* **Your assignment**
Write out exactly the lines below that run from the one containing "wall_1_placement = place(space_placement, origin_with_axes())" through the one containing "#59=IFCINDEXEDPOLYGONALFACE((1,2,4,3));", both included, with no other lines.

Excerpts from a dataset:
▽

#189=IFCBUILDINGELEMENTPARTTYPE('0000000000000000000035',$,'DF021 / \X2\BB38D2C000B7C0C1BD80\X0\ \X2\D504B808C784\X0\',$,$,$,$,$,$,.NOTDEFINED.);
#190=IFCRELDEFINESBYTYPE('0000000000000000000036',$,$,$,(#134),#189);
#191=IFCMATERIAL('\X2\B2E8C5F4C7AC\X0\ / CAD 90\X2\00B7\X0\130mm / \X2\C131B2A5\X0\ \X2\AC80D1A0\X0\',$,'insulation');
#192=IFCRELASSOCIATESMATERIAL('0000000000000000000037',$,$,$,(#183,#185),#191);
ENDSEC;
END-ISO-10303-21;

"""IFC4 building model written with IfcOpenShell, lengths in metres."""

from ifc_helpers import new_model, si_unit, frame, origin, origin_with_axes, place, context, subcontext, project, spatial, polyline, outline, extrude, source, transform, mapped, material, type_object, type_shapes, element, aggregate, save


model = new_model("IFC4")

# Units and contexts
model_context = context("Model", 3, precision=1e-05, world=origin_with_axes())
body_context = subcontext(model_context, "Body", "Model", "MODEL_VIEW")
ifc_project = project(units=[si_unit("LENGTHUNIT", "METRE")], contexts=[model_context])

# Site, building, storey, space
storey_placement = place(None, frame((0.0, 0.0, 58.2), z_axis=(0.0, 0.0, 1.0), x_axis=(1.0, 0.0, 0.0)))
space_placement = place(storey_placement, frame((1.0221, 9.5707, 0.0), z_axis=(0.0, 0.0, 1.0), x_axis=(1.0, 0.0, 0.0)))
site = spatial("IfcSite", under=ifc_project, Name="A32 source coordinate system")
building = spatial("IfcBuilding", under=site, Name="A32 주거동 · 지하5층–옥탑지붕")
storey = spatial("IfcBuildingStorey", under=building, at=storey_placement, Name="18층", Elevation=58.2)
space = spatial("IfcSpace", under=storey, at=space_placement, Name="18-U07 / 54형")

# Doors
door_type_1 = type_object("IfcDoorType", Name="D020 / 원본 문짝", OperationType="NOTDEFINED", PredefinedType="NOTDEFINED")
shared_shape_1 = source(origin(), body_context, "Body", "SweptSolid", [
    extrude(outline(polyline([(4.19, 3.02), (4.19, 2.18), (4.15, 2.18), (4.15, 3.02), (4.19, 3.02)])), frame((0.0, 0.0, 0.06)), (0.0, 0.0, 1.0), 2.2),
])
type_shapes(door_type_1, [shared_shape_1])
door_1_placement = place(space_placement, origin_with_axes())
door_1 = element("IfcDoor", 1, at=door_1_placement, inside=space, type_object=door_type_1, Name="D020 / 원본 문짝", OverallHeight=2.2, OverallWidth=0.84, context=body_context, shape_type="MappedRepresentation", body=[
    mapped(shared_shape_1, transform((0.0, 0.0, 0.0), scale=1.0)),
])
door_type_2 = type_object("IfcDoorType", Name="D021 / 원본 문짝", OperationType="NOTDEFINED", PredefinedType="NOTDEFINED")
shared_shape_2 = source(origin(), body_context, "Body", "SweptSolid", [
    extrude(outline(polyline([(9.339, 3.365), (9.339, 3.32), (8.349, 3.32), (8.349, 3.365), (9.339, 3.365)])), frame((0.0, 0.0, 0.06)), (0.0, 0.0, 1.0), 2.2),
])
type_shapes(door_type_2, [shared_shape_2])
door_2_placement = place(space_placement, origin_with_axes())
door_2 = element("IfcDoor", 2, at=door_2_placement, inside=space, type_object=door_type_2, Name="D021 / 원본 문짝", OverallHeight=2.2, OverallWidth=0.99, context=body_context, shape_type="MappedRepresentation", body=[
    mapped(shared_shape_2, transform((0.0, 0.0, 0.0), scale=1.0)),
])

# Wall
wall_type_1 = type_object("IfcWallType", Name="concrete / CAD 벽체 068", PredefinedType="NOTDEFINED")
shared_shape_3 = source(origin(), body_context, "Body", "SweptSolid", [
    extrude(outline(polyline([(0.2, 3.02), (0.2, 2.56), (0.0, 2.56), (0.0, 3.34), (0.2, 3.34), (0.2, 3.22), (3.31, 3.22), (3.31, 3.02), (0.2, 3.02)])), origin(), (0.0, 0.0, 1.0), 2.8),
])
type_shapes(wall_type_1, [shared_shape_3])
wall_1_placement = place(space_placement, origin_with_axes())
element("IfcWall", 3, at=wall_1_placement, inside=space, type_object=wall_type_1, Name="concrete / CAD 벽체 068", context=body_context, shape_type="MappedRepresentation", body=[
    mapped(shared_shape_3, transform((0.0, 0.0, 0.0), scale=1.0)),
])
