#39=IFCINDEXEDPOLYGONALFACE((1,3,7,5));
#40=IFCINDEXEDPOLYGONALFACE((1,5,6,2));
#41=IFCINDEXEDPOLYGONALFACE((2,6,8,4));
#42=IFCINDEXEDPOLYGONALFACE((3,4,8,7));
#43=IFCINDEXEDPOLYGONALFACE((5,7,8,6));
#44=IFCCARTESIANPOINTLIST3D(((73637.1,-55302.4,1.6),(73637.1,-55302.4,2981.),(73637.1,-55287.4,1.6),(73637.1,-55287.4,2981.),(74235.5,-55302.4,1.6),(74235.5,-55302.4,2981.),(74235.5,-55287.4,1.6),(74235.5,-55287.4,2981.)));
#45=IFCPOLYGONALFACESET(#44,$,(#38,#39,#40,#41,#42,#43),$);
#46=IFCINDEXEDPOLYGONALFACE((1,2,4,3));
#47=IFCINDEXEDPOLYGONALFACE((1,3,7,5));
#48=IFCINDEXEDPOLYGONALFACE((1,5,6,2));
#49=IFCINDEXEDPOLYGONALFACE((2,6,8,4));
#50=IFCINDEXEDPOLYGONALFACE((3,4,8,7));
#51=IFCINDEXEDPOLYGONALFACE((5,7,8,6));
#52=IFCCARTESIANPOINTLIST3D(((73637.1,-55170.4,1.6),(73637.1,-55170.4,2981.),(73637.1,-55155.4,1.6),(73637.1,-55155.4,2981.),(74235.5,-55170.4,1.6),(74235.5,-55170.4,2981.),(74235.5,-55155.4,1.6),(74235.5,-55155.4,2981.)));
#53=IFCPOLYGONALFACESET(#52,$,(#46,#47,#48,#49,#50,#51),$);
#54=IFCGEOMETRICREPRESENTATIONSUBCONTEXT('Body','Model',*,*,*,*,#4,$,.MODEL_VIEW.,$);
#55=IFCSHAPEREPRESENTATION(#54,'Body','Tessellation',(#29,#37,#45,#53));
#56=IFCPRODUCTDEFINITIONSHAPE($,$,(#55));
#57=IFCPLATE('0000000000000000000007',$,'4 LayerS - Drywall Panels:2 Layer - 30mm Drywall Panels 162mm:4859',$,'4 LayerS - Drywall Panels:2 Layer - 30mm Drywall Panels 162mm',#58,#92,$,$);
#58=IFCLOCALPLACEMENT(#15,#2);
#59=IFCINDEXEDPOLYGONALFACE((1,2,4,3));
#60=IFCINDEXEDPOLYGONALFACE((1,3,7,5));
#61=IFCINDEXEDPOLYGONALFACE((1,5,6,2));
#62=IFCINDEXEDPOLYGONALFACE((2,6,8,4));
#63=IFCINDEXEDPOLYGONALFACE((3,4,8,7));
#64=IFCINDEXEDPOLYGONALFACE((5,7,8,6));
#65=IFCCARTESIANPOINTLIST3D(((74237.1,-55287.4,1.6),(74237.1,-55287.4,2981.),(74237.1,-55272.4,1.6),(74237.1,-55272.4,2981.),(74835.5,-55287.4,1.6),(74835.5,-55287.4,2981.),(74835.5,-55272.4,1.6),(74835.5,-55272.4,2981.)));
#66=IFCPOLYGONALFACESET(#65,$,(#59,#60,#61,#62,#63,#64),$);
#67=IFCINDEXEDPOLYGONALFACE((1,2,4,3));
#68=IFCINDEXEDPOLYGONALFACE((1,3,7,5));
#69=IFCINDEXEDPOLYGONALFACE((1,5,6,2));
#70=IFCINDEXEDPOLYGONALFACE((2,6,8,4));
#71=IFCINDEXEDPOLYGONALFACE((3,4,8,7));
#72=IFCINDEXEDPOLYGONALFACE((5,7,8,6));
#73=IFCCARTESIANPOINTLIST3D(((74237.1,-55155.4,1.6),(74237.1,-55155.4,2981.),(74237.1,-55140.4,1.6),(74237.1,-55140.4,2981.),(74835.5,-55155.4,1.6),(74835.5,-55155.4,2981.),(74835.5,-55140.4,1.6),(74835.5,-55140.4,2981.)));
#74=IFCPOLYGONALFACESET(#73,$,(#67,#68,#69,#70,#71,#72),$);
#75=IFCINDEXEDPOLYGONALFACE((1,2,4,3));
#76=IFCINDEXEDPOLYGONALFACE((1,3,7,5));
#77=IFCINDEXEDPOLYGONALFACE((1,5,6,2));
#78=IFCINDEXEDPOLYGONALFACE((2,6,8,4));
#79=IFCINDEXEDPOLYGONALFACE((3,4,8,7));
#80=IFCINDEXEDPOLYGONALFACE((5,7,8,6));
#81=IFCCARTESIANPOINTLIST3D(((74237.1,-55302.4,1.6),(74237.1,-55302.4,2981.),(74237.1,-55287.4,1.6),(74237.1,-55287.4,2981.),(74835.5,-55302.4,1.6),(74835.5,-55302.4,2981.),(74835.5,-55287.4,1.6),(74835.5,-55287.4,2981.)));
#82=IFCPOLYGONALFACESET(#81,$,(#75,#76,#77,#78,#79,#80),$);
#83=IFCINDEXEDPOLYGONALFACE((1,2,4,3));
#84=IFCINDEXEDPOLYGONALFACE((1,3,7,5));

△

* **Response to this exercise**
wall_1_placement = place(space_placement, origin_with_axes())
element("IfcWall", 3, at=wall_1_placement, inside=space, type_object=wall_type_1, Name="concrete / CAD 벽체 068", context=body_context, shape_type="MappedRepresentation", body=[
    mapped(shared_shape_3, transform((0.0, 0.0, 0.0), scale=1.0)),
])
#39=IFCINDEXEDPOLYGONALFACE((1,3,7,5));
#40=IFCINDEXEDPOLYGONALFACE((1,5,6,2));
#41=IFCINDEXEDPOLYGONALFACE((2,6,8,4));
#42=IFCINDEXEDPOLYGONALFACE((3,4,8,7));
#43=IFCINDEXEDPOLYGONALFACE((5,7,8,6));
#44=IFCCARTESIANPOINTLIST3D(((73637.1,-55302.4,1.6),(73637.1,-55302.4,2981.),(73637.1,-55287.4,1.6),(73637.1,-55287.4,2981.),(74235.5,-55302.4,1.6),(74235.5,-55302.4,2981.),(74235.5,-55287.4,1.6),(74235.5,-55287.4,2981.)));
#45=IFCPOLYGONALFACESET(#44,$,(#38,#39,#40,#41,#42,#43),$);
#46=IFCINDEXEDPOLYGONALFACE((1,2,4,3));
#47=IFCINDEXEDPOLYGONALFACE((1,3,7,5));
#48=IFCINDEXEDPOLYGONALFACE((1,5,6,2));
#49=IFCINDEXEDPOLYGONALFACE((2,6,8,4));
#50=IFCINDEXEDPOLYGONALFACE((3,4,8,7));
#51=IFCINDEXEDPOLYGONALFACE((5,7,8,6));
#52=IFCCARTESIANPOINTLIST3D(((73637.1,-55170.4,1.6),(73637.1,-55170.4,2981.),(73637.1,-55155.4,1.6),(73637.1,-55155.4,2981.),(74235.5,-55170.4,1.6),(74235.5,-55170.4,2981.),(74235.5,-55155.4,1.6),(74235.5,-55155.4,2981.)));
#53=IFCPOLYGONALFACESET(#52,$,(#46,#47,#48,#49,#50,#51),$);
#54=IFCGEOMETRICREPRESENTATIONSUBCONTEXT('Body','Model',*,*,*,*,#4,$,.MODEL_VIEW.,$);
#55=IFCSHAPEREPRESENTATION(#54,'Body','Tessellation',(#29,#37,#45,#53));
#56=IFCPRODUCTDEFINITIONSHAPE($,$,(#55));
#57=IFCPLATE('0000000000000000000007',$,'4 LayerS - Drywall Panels:2 Layer - 30mm Drywall Panels 162mm:4859',$,'4 LayerS - Drywall Panels:2 Layer - 30mm Drywall Panels 162mm',#58,#92,$,$);
#58=IFCLOCALPLACEMENT(#15,#2);
#59=IFCINDEXEDPOLYGONALFACE((1,2,4,3));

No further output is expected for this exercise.